==== MATERIAL FOR THIS TASK ====

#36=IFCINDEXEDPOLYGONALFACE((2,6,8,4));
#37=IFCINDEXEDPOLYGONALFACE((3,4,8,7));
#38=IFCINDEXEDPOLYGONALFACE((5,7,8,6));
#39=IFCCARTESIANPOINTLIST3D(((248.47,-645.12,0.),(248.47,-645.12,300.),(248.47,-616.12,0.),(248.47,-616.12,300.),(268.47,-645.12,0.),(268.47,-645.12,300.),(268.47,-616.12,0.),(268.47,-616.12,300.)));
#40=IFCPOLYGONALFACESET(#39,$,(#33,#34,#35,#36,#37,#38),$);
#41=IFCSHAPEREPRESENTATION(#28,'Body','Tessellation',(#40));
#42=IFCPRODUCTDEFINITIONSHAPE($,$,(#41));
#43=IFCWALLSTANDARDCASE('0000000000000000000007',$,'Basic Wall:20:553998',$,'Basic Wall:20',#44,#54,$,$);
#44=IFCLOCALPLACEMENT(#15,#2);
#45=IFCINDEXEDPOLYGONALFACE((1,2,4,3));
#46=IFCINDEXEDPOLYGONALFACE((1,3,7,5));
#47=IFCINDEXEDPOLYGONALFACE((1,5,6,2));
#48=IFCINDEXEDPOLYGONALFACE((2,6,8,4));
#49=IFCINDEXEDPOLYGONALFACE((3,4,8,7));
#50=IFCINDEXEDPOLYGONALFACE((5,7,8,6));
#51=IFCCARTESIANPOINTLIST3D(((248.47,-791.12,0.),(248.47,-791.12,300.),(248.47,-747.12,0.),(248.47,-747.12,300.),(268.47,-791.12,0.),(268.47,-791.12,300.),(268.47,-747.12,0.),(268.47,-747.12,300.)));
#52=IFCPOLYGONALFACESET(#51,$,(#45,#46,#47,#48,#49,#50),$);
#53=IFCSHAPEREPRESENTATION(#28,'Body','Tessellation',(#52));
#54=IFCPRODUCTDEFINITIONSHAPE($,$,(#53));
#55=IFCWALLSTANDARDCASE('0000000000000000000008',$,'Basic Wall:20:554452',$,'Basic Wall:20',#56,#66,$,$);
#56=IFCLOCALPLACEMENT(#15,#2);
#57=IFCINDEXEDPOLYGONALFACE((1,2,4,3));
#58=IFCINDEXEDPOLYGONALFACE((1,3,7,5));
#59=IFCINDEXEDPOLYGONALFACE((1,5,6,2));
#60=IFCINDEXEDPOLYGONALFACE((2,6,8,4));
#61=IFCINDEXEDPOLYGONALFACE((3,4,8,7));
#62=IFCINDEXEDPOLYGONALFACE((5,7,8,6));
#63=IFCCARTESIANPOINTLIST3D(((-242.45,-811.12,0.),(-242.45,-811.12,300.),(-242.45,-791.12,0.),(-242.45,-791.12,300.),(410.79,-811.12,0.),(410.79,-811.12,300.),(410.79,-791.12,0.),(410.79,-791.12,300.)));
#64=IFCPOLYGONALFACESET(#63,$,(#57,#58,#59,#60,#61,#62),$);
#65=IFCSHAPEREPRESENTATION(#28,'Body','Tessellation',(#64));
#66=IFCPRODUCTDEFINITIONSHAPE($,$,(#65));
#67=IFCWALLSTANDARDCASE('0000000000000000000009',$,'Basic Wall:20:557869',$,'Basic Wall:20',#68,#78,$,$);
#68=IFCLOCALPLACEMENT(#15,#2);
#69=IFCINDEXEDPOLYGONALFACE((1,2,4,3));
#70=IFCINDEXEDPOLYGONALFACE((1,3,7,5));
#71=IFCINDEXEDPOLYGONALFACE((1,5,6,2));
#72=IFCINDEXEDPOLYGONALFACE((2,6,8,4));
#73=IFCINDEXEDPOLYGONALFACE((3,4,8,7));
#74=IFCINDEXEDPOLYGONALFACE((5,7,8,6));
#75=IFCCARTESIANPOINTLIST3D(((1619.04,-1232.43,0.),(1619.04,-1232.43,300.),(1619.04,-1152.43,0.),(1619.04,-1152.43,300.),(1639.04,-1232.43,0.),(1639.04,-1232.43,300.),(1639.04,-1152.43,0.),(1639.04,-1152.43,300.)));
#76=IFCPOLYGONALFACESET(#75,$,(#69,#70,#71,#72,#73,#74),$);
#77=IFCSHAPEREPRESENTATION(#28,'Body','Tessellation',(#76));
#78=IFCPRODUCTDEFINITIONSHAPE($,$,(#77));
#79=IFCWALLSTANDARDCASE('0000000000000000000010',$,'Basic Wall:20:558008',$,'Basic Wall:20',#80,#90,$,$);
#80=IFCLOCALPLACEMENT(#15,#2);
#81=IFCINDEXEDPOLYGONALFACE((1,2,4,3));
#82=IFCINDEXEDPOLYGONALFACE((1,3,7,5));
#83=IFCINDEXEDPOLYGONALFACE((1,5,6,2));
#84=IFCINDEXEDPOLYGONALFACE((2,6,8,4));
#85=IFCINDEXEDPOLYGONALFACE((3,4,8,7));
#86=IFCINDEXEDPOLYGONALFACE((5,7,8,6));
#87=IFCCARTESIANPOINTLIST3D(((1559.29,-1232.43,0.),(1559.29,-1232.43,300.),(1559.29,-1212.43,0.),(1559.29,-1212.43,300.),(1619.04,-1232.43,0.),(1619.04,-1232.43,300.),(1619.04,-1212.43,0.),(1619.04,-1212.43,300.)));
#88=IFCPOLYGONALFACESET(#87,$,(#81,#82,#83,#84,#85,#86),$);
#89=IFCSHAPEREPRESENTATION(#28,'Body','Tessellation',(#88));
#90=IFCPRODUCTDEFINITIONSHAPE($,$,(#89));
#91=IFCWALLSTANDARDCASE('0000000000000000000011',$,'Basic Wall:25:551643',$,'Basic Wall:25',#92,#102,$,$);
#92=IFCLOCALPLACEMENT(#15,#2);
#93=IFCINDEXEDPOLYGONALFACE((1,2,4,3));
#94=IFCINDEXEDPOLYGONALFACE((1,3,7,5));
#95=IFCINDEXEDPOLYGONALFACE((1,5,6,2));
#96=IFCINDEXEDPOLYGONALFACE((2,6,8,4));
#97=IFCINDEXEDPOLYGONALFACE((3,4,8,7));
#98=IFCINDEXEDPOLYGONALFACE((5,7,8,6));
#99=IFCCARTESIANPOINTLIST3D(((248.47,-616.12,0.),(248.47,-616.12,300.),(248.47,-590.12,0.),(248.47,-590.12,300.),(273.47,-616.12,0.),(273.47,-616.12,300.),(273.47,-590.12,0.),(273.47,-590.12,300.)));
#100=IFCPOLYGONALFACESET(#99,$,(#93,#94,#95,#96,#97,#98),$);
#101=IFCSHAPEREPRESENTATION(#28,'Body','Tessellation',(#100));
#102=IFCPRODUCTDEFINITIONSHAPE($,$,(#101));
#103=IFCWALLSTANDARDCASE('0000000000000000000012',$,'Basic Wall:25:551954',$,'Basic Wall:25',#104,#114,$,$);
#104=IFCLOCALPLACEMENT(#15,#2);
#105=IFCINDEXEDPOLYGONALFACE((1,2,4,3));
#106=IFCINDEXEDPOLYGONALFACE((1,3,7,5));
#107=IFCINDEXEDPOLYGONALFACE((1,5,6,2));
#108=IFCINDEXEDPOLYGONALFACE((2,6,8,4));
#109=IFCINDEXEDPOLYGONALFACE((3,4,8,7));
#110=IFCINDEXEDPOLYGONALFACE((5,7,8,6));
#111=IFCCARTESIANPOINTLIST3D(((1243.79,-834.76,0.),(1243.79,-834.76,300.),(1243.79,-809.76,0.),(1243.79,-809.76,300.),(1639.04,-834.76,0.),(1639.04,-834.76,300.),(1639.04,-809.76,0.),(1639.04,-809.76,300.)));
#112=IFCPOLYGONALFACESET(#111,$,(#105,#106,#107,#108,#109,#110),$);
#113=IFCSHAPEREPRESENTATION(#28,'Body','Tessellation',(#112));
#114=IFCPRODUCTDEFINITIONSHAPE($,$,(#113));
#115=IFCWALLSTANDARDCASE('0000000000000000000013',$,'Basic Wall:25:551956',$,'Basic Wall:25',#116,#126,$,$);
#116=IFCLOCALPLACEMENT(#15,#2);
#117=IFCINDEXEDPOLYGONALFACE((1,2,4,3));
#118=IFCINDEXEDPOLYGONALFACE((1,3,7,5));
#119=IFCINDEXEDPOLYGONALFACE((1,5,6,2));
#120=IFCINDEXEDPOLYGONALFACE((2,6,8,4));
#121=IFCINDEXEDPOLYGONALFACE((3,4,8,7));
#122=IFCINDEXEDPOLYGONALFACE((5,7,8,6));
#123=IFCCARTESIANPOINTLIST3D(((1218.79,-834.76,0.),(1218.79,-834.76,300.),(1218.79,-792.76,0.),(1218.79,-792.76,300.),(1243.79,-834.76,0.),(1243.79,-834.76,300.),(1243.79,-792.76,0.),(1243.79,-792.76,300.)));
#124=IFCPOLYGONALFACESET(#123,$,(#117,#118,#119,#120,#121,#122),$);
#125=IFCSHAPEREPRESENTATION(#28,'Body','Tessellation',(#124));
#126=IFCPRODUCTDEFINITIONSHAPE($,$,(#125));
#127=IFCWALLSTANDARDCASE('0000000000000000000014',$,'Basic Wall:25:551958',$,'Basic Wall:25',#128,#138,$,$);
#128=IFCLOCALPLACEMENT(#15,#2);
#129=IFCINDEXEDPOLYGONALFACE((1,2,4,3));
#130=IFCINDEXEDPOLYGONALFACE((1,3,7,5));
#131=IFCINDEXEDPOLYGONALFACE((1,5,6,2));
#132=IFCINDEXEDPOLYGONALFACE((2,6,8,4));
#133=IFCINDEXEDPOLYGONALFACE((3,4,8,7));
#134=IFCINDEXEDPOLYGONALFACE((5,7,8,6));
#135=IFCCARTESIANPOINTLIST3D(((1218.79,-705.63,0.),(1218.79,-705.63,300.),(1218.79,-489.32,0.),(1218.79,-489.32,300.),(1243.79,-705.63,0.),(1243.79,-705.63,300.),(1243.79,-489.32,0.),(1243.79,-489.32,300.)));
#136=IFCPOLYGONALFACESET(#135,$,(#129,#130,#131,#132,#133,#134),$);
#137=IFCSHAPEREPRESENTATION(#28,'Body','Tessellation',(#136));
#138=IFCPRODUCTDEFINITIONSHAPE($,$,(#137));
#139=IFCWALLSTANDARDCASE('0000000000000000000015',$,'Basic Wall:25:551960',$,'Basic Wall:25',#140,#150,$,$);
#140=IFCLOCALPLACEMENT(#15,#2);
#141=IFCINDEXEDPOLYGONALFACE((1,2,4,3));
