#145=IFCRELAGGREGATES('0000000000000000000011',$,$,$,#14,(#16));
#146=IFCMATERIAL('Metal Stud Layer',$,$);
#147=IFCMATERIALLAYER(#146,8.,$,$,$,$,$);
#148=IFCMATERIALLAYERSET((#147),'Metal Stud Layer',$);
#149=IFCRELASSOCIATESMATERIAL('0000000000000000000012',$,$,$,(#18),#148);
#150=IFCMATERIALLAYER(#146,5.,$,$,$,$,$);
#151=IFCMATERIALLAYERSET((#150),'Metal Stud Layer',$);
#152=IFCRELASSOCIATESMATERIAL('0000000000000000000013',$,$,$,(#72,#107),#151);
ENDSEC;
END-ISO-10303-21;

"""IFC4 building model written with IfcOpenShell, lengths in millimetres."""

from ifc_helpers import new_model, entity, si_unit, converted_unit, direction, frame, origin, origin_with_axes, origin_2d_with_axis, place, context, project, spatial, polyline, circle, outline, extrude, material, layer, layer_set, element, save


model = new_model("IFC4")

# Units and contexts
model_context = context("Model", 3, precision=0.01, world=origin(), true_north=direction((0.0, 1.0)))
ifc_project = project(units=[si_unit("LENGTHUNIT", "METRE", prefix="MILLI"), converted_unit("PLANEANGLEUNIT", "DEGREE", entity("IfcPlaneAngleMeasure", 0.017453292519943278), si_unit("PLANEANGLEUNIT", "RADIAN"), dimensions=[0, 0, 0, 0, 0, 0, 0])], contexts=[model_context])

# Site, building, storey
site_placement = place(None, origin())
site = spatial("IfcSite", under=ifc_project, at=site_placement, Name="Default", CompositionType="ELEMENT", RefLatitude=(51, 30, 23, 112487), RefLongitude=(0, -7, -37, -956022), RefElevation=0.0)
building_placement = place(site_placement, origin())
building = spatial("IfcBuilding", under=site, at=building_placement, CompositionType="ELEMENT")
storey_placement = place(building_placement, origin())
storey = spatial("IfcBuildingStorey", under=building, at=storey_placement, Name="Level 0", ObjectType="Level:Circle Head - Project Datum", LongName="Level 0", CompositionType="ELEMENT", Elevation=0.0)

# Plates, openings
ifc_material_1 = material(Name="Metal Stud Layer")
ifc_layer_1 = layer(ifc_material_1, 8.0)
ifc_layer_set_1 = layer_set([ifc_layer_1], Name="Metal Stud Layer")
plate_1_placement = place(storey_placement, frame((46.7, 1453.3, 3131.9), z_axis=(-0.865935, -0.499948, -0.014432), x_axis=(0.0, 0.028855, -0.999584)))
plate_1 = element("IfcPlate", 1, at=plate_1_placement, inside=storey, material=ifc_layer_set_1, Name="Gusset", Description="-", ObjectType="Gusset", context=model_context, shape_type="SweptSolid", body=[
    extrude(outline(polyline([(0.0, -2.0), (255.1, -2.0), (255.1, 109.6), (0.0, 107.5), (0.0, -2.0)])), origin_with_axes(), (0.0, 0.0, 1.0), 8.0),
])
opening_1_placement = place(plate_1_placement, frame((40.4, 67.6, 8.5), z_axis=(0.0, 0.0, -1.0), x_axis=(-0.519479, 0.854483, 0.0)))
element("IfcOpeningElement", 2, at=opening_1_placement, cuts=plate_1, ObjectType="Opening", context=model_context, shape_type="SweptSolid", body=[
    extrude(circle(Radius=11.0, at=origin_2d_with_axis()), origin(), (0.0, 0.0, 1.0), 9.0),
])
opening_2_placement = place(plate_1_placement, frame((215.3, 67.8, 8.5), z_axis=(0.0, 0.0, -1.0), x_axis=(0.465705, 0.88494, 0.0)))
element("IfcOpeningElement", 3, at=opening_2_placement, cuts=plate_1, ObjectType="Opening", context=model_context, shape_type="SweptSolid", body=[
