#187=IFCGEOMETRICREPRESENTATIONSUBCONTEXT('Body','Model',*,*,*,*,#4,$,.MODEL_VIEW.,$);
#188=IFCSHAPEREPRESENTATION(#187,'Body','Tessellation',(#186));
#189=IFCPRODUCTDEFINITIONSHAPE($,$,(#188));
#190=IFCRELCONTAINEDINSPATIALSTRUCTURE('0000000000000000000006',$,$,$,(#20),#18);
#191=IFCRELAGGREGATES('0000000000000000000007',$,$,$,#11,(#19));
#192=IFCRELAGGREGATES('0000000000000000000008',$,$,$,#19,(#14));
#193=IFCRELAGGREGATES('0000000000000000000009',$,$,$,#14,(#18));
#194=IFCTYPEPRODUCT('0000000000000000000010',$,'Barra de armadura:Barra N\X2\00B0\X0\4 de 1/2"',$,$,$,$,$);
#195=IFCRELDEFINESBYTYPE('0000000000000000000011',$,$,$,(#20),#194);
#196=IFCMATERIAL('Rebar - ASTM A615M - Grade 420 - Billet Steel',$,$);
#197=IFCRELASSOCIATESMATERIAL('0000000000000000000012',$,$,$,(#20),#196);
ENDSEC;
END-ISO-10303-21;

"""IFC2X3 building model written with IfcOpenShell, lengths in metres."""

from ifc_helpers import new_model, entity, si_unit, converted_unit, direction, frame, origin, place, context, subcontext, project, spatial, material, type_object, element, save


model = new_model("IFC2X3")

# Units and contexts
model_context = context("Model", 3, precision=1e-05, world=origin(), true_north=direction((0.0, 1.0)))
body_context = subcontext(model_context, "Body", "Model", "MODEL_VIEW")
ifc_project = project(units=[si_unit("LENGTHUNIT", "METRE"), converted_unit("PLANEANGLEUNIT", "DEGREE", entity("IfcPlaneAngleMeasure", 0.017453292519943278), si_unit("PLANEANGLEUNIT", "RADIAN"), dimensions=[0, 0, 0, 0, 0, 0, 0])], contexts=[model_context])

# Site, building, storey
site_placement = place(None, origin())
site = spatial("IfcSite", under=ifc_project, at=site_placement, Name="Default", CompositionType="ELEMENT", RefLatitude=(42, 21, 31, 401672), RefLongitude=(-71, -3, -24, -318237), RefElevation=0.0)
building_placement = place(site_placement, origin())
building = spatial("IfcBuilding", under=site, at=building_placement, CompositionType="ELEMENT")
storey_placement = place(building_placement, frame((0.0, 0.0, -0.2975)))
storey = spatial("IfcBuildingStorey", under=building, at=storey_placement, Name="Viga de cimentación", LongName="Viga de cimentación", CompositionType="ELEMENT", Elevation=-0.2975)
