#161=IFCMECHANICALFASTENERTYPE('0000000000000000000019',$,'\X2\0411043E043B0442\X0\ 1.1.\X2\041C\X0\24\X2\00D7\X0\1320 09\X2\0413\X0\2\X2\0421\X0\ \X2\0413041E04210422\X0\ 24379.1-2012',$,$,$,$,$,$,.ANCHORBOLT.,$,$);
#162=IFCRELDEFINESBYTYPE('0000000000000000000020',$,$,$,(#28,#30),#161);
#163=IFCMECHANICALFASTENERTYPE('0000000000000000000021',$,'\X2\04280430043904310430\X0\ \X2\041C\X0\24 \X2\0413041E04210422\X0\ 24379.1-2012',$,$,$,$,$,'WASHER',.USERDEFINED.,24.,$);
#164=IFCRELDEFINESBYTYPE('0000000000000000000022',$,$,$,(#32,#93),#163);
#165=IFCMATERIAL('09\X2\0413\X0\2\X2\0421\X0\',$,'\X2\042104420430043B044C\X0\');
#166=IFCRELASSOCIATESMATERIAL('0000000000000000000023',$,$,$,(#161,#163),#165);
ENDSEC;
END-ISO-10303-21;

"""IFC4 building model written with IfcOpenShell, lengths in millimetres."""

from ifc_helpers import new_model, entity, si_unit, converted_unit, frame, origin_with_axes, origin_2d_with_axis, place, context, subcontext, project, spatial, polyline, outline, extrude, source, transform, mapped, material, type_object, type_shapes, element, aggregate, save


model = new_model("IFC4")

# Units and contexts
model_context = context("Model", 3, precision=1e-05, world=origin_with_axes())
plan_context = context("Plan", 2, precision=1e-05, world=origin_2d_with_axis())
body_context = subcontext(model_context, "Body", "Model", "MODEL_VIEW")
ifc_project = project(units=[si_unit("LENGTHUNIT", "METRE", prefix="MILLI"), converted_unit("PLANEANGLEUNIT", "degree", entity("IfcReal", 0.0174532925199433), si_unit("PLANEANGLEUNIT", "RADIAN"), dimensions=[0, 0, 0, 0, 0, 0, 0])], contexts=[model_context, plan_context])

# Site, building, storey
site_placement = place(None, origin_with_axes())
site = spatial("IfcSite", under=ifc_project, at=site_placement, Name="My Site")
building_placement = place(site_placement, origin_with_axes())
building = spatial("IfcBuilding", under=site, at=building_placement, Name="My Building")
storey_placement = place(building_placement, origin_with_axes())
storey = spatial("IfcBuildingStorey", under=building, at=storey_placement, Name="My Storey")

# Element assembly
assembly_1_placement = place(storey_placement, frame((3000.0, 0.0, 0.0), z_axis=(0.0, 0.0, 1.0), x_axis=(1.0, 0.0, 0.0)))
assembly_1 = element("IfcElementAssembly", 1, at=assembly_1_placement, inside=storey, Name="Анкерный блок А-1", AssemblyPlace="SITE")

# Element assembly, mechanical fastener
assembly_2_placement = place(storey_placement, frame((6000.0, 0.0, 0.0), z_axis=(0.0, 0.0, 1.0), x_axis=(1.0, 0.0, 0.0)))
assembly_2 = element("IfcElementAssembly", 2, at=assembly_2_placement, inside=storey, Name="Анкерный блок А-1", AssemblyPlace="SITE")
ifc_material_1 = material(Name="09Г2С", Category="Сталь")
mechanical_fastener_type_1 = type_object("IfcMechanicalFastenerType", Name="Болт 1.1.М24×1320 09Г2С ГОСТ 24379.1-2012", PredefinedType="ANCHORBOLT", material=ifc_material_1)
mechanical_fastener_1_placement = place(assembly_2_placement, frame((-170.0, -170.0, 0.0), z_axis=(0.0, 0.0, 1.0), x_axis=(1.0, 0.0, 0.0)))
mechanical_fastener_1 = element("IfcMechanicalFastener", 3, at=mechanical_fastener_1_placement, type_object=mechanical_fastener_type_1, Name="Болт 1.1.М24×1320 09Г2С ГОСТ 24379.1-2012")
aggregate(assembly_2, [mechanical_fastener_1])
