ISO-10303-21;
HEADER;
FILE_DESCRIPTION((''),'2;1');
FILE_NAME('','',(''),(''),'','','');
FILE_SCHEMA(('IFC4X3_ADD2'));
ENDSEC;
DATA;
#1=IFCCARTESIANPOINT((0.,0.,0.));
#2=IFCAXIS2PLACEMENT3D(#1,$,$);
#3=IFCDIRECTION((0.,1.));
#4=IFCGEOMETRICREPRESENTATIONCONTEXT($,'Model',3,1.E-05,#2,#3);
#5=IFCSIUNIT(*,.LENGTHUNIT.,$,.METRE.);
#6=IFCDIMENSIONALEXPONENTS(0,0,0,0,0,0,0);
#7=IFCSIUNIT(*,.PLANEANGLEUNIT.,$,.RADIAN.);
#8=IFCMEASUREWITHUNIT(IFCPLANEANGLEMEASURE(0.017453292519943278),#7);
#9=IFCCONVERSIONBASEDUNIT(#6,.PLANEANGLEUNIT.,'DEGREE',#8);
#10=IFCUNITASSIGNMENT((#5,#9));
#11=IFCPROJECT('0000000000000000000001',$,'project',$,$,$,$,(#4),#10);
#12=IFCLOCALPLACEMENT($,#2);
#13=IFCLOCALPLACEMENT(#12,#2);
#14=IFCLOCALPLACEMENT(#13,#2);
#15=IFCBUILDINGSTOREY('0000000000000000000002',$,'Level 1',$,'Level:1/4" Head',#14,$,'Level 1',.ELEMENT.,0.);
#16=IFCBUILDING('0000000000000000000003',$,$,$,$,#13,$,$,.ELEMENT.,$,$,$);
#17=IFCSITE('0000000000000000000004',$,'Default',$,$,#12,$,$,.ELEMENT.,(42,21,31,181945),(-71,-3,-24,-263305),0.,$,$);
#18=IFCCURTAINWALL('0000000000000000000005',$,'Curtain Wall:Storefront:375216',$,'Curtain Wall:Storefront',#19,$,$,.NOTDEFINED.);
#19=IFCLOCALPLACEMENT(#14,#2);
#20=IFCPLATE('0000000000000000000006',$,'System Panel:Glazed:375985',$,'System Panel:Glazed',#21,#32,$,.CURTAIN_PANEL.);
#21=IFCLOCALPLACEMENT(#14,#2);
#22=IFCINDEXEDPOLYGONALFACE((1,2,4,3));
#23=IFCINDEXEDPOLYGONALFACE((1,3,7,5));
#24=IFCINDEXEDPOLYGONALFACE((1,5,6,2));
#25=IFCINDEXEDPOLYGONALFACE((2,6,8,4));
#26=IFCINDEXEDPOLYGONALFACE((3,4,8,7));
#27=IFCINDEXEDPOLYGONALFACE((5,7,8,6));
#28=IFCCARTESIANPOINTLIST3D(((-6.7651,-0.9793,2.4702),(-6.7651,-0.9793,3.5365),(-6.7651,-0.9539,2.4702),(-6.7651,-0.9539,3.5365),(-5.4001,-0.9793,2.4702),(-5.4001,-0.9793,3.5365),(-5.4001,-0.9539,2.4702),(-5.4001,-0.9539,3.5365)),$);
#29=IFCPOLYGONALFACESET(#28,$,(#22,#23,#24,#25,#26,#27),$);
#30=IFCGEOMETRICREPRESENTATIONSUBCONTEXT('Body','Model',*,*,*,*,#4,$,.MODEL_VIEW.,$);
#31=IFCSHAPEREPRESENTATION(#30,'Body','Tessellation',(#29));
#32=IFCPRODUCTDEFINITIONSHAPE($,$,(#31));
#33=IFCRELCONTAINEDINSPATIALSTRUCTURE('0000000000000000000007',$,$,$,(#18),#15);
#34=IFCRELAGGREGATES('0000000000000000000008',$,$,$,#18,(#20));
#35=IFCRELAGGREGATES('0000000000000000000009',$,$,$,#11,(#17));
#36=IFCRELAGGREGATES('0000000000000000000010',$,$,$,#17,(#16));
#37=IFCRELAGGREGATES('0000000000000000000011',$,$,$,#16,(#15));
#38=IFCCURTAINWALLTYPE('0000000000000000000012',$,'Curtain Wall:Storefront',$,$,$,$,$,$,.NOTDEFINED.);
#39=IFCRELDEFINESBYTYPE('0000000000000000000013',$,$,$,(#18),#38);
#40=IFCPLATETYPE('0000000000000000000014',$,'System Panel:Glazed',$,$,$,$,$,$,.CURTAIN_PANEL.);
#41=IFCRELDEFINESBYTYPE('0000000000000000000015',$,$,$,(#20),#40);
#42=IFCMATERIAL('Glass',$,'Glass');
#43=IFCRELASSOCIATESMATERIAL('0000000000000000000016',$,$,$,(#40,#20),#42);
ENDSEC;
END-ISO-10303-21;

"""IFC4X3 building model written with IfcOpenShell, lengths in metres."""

from ifc_helpers import new_model, entity, si_unit, converted_unit, direction, frame, frame_2d, origin, place, context, subcontext, project, spatial, rectangle, extrude, source, transform, mapped, material, type_object, type_shapes, element, aggregate, save


model = new_model("IFC4X3")

# Units and contexts
model_context = context("Model", 3, precision=1e-05, world=origin(), true_north=direction((0.0, 1.0)))
body_context = subcontext(model_context, "Body", "Model", "MODEL_VIEW")
ifc_project = project(units=[si_unit("LENGTHUNIT", "METRE"), converted_unit("PLANEANGLEUNIT", "DEGREE", entity("IfcPlaneAngleMeasure", 0.017453292519943278), si_unit("PLANEANGLEUNIT", "RADIAN"), dimensions=[0, 0, 0, 0, 0, 0, 0])], contexts=[model_context])

# Site, building, storey
site_placement = place(None, origin())
site = spatial("IfcSite", under=ifc_project, at=site_placement, Name="Default", CompositionType="ELEMENT", RefLatitude=(42, 21, 31, 181945), RefLongitude=(-71, -3, -24, -263305), RefElevation=0.0)
building_placement = place(site_placement, origin())
building = spatial("IfcBuilding", under=site, at=building_placement, CompositionType="ELEMENT")
storey_placement = place(building_placement, origin())
storey = spatial("IfcBuildingStorey", under=building, at=storey_placement, Name="Level 1", ObjectType="Level:1/4\" Head", LongName="Level 1", CompositionType="ELEMENT", Elevation=0.0)

# Curtain wall, plate
curtain_wall_type = type_object("IfcCurtainWallType", Name="Curtain Wall:Storefront", PredefinedType="NOTDEFINED")
curtain_wall_placement = place(storey_placement, origin())
curtain_wall = element("IfcCurtainWall", 1, at=curtain_wall_placement, inside=storey, type_object=curtain_wall_type, Name="Curtain Wall:Storefront:375216", ObjectType="Curtain Wall:Storefront", PredefinedType="NOTDEFINED")
ifc_material_1 = material(Name="Glass", Category="Glass")
plate_type_1 = type_object("IfcPlateType", Name="System Panel:Glazed", PredefinedType="CURTAIN_PANEL", material=ifc_material_1)
shared_shape_1 = source(origin(), body_context, "Body", "SweptSolid", [
    extrude(rectangle(XDim=0.0254, YDim=1.3651, at=frame_2d((0.0, 0.0), x_axis=(1.0, 0.0))), frame((0.6825, 0.0127, 0.0), z_axis=(0.0, 0.0, 1.0), x_axis=(0.0, 1.0, 0.0)), (0.0, 0.0, 1.0), 1.0663),
])
type_shapes(plate_type_1, [shared_shape_1])
plate_1_placement = place(curtain_wall_placement, frame((-6.7651, -0.9793, 2.4701)))
plate_1 = element("IfcPlate", 2, at=plate_1_placement, type_object=plate_type_1, material=ifc_material_1, Name="System Panel:Glazed:375985", ObjectType="System Panel:Glazed", PredefinedType="CURTAIN_PANEL", context=body_context, shape_type="MappedRepresentation", body=[
    mapped(shared_shape_1, transform((0.0, 0.0, 0.0), scale=1.0)),
])
aggregate(curtain_wall, [plate_1])

save(model, "model.ifc")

====

**EXERCISE REQUIREMENTS**.
Output, please, only the lines running from the start of the entries through the line that contains "#42=IFCPRODUCTDEFINITIONSHAPE($,$,(#41));", including both of those lines.

**RESULT OF THIS TASK**.
#36=IFCINDEXEDPOLYGONALFACE((2,6,8,4));
#37=IFCINDEXEDPOLYGONALFACE((3,4,8,7));
#38=IFCINDEXEDPOLYGONALFACE((5,7,8,6));
#39=IFCCARTESIANPOINTLIST3D(((248.47,-645.12,0.),(248.47,-645.12,300.),(248.47,-616.12,0.),(248.47,-616.12,300.),(268.47,-645.12,0.),(268.47,-645.12,300.),(268.47,-616.12,0.),(268.47,-616.12,300.)));
#40=IFCPOLYGONALFACESET(#39,$,(#33,#34,#35,#36,#37,#38),$);
#41=IFCSHAPEREPRESENTATION(#28,'Body','Tessellation',(#40));
#42=IFCPRODUCTDEFINITIONSHAPE($,$,(#41));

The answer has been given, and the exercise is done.